# Singers who act so well...



## russetvelvet (Oct 14, 2016)

I was watching the documentary series 'My Favourite Opera' earlier today and this episode in particular: 



, which features Katia Ricciarelli talking about Bellini's 'I Capuleti e i Montecchi'; liked it immediately, did some googling around and incidentally found out that she actually has won a rather prestigious award in Italy as a movie actress in 2006! (See https://en.wikipedia.org/wiki/Nastro_d'Argento_for_Best_Actress) Quite a crossover feat, isn't it?

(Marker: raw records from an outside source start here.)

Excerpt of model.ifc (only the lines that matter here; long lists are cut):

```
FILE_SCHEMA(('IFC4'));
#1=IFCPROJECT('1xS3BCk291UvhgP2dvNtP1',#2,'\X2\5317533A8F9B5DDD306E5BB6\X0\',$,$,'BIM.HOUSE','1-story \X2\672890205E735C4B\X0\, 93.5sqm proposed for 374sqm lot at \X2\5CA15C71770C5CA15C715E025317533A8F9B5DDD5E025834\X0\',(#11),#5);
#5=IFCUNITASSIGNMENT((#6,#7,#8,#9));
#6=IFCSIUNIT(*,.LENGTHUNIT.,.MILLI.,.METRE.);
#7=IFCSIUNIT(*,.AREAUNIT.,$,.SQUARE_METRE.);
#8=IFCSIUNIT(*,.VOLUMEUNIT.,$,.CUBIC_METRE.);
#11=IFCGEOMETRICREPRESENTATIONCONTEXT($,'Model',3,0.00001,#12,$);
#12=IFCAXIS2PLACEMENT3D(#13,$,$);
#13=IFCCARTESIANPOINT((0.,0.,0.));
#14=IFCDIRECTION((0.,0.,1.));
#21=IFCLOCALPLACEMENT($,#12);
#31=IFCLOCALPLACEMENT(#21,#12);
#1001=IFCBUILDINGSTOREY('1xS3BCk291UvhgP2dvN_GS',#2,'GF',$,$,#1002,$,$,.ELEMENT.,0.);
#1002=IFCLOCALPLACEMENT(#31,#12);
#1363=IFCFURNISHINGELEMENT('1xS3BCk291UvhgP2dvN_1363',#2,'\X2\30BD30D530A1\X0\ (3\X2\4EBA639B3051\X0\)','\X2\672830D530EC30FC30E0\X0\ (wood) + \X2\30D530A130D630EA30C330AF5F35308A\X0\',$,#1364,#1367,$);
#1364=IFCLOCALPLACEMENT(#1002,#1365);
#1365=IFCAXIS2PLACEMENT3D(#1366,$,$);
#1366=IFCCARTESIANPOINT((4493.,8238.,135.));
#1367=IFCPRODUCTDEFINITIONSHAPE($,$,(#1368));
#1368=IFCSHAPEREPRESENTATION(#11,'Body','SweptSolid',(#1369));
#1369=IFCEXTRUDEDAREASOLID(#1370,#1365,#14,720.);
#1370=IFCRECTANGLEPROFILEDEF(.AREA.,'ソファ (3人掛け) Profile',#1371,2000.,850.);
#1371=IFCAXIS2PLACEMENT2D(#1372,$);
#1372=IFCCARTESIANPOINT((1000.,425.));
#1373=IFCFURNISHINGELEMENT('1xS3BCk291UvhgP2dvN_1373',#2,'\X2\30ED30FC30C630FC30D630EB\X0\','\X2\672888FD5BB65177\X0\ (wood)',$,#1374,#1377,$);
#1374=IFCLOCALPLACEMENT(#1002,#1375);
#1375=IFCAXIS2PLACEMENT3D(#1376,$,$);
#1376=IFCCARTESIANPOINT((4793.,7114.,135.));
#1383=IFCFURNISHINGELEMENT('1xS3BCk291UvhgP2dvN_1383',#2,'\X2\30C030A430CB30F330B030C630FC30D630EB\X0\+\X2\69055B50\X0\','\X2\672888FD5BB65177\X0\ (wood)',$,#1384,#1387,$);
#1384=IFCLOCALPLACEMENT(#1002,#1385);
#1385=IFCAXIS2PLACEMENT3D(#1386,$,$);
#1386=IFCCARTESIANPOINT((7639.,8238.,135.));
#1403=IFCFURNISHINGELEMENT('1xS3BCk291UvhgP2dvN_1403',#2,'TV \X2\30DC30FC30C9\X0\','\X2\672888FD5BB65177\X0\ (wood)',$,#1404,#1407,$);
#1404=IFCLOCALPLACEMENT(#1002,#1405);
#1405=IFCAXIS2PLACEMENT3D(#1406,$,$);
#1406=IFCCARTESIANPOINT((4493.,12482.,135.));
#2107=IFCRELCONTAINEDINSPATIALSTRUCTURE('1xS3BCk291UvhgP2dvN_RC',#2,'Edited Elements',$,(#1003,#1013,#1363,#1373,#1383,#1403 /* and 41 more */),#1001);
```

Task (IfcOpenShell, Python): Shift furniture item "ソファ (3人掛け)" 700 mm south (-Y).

```python
import ifcopenshell
import ifcopenshell.api.geometry
import ifcopenshell.util.placement
import ifcopenshell.util.unit

model = ifcopenshell.open("model.ifc")
unit_scale = ifcopenshell.util.unit.calculate_unit_scale(model)

item = model.by_guid("1xS3BCk291UvhgP2dvN_1363")
matrix = ifcopenshell.util.placement.get_local_placement(item.ObjectPlacement)
matrix[1, 3] -= 0.7 / unit_scale
ifcopenshell.api.geometry.edit_object_placement(model, product=item, matrix=matrix, is_si=False)

print(ifcopenshell.util.placement.get_local_placement(item.ObjectPlacement).round(3) + 0.0)

model.write("model_v2.ifc")
```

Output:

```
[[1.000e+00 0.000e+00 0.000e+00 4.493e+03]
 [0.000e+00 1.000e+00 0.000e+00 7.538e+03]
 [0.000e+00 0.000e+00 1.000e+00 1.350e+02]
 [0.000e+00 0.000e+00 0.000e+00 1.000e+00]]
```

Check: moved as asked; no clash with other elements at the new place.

Are there any other singers who are having or have had similar careers? Mario Lanza comes to mind; Natalie Dessay seems to consider acting her main passion but to be honest her acting isn't on a par with her voice. I can't think of another.


----------



## Sloe (May 9, 2014)

Loa Falkman is a well known opera singer and actor in Sweden probably more recognised as an actor. There is a video on youtube of Un ballo in maschera with him as Holberg and Nicolai Gedda as Gustav III that have been linked here previously.

Afro Poli appeared in several opera films while being dubbed by other singers.


----------



## nina foresti (Mar 11, 2014)

Yo! Does the name Maria Callas come to mind?

Let us not forget some truly creative acting in some other fine singers:
Magda Olivero/Neil Shicoff/Rene Pape/Sondra Radvanovsky/Franco Corelli/Jon Vickers/Teresa Stratas/Joyce di Donato/Patricia Racette/Patricia Neway/Jonas Kaufmann/Boris Christoff/Dmitri Hvorostovsky/Eva Podles/Christine Goerke/Felicity Palmer/Diana Soviero/Anna Netrebko/Rolando Villazon/ and on and on and on......


----------



## Woodduck (Mar 17, 2014)

Tito Gobbi:


----------



## nina foresti (Mar 11, 2014)

Woodduck said:


> Tito Gobbi:


Of course Tito -- and so many others I have missed.


----------



## davidglasgow (Aug 19, 2017)

Grace Moore was nominated for the Best Actress Oscar and was a very accomplished singer
Depuis le jour from Louise





I remember reading that Inge Borkh was an actress before she was a singer
O Namenlose Freude with Jess Thomas





Ljuba Welitsch was later an actress as well
Menotti's The Consul


----------



## davidglasgow (Aug 19, 2017)

When I was thinking of examples it occurred to me how many female operatic artists have euphemistically - and it might be argued pejoratively - been called "singing-actresses". This tends to mean the critic likes their acting but not their singing  Some names which come up when searching the web include (in no particular order):

Mary Garden
Martha Modl
Leonie Rysanek
Anja Silja
Astrid Varnay
Maria Callas
Lorraine Hunt Lieberson 
Karita Mattila
Waltraud Meier
Renata Scotto
Teresa Stratas

I think this sort of characterization may reflect a double standard...

A lot of these artists have performed challenging roles such as Elektra, Salome, Venus, Medea, Lady Macbeth, Abigaile which have big requirements: drama and even melodrama, histrionics, malice, revenge, sometimes ugliness and cowardice. In facing these challenges, we can probably all remember reviews saying these artists were at times vulgar, risking vocal-suicide, making ugly sounds, privileging drama over vocal beauty. Often this is represented as less to do with artistic imagination and more to do with vocal frailty or vocal necessity.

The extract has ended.